3. Inter Dependence: It has a positive impact on cooperation. Dependence of a firm
on its partner refers to the firms need to maintain a relationship with the partner to
achieve its goals.
4. Compatibility: Organizational compatibility is defined as having complementary goals
and objectives as well as similarity in operating philosophies and corporate cultures.
5. Managers Perceptions of Environmental Uncertainty: The development of alliances
which are many forms of inter firm cooperation, is positively associated with key
managers perceptions of environmental uncertainty. Managers perceived
environmental uncertainty is posited as a multidimensional construct.
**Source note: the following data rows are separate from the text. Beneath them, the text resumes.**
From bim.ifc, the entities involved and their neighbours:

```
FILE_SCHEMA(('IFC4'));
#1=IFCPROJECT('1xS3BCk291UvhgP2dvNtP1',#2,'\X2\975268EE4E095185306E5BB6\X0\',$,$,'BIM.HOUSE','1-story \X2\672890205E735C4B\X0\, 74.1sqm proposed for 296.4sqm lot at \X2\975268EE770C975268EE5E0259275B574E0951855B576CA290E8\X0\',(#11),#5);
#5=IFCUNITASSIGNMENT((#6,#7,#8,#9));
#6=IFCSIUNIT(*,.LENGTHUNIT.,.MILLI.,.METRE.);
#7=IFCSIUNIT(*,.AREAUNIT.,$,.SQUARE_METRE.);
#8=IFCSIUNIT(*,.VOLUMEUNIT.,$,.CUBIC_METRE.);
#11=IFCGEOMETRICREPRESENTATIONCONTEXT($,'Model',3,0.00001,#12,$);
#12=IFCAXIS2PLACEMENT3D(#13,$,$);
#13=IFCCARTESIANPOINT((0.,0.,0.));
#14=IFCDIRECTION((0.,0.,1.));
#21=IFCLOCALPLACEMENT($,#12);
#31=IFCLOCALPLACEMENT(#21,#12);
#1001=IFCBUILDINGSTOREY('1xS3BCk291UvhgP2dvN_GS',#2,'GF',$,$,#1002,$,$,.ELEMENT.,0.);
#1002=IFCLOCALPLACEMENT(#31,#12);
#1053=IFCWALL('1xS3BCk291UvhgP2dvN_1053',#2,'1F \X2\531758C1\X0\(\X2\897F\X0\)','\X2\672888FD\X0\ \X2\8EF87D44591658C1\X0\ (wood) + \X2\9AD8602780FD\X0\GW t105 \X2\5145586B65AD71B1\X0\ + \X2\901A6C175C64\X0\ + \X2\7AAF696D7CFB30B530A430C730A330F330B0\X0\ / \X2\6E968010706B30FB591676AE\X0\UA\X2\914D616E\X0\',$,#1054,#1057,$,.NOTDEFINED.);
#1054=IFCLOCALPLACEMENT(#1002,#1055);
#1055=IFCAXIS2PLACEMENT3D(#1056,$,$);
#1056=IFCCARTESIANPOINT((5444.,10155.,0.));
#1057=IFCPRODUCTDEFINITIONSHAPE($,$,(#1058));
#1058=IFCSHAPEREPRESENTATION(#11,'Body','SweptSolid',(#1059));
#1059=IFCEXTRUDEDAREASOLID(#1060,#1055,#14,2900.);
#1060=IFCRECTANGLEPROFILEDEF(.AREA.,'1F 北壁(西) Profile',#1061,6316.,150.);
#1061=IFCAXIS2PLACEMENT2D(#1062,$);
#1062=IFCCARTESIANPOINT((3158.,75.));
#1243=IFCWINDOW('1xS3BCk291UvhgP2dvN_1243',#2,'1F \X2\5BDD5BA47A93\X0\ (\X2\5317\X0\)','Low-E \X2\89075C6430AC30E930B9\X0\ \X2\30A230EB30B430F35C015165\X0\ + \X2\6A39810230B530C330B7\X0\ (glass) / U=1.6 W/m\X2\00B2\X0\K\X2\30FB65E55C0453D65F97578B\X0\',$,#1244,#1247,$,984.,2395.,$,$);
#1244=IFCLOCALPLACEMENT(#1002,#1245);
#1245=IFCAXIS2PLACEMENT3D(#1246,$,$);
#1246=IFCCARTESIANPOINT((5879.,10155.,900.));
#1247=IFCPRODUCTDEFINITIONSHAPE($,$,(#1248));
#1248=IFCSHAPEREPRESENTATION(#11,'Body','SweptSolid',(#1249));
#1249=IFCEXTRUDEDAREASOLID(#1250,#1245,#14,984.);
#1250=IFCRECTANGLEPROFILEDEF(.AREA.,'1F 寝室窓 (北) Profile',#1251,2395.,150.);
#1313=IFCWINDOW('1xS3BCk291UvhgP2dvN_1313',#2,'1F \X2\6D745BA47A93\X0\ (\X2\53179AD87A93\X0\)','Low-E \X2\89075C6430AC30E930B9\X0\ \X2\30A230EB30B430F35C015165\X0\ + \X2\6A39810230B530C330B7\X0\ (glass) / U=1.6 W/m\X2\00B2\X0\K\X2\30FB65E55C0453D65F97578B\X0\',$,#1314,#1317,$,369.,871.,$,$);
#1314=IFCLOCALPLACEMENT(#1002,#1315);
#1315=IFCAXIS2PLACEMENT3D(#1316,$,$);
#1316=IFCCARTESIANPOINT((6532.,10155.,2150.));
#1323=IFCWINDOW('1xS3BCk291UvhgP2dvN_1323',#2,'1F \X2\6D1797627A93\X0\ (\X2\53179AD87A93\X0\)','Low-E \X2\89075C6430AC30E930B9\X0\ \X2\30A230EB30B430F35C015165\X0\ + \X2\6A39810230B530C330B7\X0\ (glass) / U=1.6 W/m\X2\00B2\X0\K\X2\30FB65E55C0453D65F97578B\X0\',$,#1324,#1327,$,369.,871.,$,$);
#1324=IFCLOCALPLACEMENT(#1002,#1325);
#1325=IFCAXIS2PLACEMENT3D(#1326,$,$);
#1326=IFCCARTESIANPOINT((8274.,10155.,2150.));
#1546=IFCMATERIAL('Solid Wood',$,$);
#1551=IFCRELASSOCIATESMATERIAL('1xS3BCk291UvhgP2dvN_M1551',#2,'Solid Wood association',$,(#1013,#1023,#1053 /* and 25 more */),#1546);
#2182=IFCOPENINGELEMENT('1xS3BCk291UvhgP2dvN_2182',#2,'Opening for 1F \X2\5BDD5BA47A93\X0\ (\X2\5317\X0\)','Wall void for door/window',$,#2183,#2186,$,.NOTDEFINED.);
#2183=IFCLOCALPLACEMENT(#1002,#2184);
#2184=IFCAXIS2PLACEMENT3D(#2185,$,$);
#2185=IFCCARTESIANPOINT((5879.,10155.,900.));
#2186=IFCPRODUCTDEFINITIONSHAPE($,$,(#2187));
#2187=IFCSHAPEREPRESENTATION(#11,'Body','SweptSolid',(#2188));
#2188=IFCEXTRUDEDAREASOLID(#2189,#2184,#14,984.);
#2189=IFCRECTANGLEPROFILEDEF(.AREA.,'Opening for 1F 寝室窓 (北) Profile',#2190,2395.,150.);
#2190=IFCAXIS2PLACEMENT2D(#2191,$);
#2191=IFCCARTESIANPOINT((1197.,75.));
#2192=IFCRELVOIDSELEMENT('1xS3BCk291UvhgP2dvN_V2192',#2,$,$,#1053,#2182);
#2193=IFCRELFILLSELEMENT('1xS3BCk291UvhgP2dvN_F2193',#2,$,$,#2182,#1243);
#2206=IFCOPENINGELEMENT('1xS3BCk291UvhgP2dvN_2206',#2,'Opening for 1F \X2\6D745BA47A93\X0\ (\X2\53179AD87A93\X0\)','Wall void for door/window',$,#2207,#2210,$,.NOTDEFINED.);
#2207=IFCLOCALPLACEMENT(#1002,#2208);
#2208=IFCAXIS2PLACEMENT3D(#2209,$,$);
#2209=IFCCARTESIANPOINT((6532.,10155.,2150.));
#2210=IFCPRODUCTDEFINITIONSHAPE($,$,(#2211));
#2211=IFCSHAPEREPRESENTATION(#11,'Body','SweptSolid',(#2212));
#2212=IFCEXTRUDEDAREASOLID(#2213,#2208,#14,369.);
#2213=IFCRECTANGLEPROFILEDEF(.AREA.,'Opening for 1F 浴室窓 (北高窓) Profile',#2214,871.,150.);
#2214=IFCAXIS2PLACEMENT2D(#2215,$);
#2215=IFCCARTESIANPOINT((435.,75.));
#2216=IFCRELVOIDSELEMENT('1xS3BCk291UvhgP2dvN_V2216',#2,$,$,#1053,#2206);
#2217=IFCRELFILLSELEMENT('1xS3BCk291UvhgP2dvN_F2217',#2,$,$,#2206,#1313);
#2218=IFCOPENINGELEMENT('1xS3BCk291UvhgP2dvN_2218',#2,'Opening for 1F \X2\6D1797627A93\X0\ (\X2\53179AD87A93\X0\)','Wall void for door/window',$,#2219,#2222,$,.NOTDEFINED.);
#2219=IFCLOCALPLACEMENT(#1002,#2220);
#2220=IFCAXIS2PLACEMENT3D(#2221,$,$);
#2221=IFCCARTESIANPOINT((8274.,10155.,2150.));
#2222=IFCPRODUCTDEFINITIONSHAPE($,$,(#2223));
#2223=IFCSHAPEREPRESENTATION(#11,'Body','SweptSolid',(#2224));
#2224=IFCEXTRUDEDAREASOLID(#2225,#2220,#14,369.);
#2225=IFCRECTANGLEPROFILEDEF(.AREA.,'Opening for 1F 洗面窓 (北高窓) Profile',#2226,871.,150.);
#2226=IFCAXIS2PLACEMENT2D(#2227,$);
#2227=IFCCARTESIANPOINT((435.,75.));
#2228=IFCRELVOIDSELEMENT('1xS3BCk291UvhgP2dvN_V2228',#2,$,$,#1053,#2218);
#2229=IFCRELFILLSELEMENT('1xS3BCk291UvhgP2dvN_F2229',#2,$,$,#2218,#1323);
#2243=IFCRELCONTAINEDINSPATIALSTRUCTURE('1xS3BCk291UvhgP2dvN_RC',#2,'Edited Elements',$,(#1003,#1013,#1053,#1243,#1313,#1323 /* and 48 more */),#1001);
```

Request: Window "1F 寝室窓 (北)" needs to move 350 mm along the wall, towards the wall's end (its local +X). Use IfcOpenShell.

```python
import ifcopenshell
import ifcopenshell.api.geometry
import ifcopenshell.util.placement
import ifcopenshell.util.unit

model = ifcopenshell.open("bim.ifc")
unit_scale = ifcopenshell.util.unit.calculate_unit_scale(model)

window = model.by_guid("1xS3BCk291UvhgP2dvN_1243")
opening = window.FillsVoids[0].RelatingOpeningElement
wall = opening.VoidsElements[0].RelatingBuildingElement

wall_matrix = ifcopenshell.util.placement.get_local_placement(wall.ObjectPlacement)
shift = wall_matrix[:3, 0] * 0.35 / unit_scale
before = ifcopenshell.util.placement.get_local_placement(window.ObjectPlacement)[:3, 3].copy()

# The window is not placed relative to its opening, so move both.
for product in (opening, window):
    matrix = ifcopenshell.util.placement.get_local_placement(product.ObjectPlacement)
    matrix[:3, 3] += shift
    ifcopenshell.api.geometry.edit_object_placement(model, product=product, matrix=matrix, is_si=False)

after = ifcopenshell.util.placement.get_local_placement(window.ObjectPlacement)[:3, 3]
print("window moved by", (after - before).round(3) + 0.0)

model.write("bim_rev.ifc")
```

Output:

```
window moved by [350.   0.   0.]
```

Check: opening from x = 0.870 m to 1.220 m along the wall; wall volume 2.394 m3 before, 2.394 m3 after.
6. Extendedness of a Relationship: Heide and Miner defines that it is the degree to


which the parties anticipate that the relationship will continue into the future with an
indeterminate end point.

Dimensions to Implement Inter Corporate Coordination:


1. One of a Few Partners for Each Major Item: A powerful means of enhancing the
likelihood of achieving cooperative action among firms is the selection of partners
based on some good predictors of relevant cooperative behaviors.
2. Reward Sharing: In a complex relationship in which performance is difficult to
measure profit or income sharing based on incentive schemes is an important
cooperation mechanism a win win approach to share the rewards of the business
between both parties is required.
3. Joint Improvement Driven by Mutual Interdependence: A joint effort is driven by a
desire to improve to improve supplier performance in all critical performance areas,
including cost reduction, quality improvement, delivery improvement, and supplier
design and production capabilities.
4. Existence of Conflict Resolution Mechanisms: Participating firms work together to
resolve disputes through mechanisms that support joint problem solving.
5. Open and Complete Exchange of Information: Participating firms practice an open
exchange of information. For example to minimize inventory in the supply chain,
information systems must be able to track and communicate production and
customer requirements at different levels in the chain.
6. Working Together of Firms to Adapt to a Changing Market place: Participating firms
maintain a credible commitment to work together during difficult times. For example
a buyer does not eliminate a supplier who experiences a short term production.
7. Active Involvement of the firms in Supply Chain Activities: Finally, participating firms
are deeply involved in supply chain activities.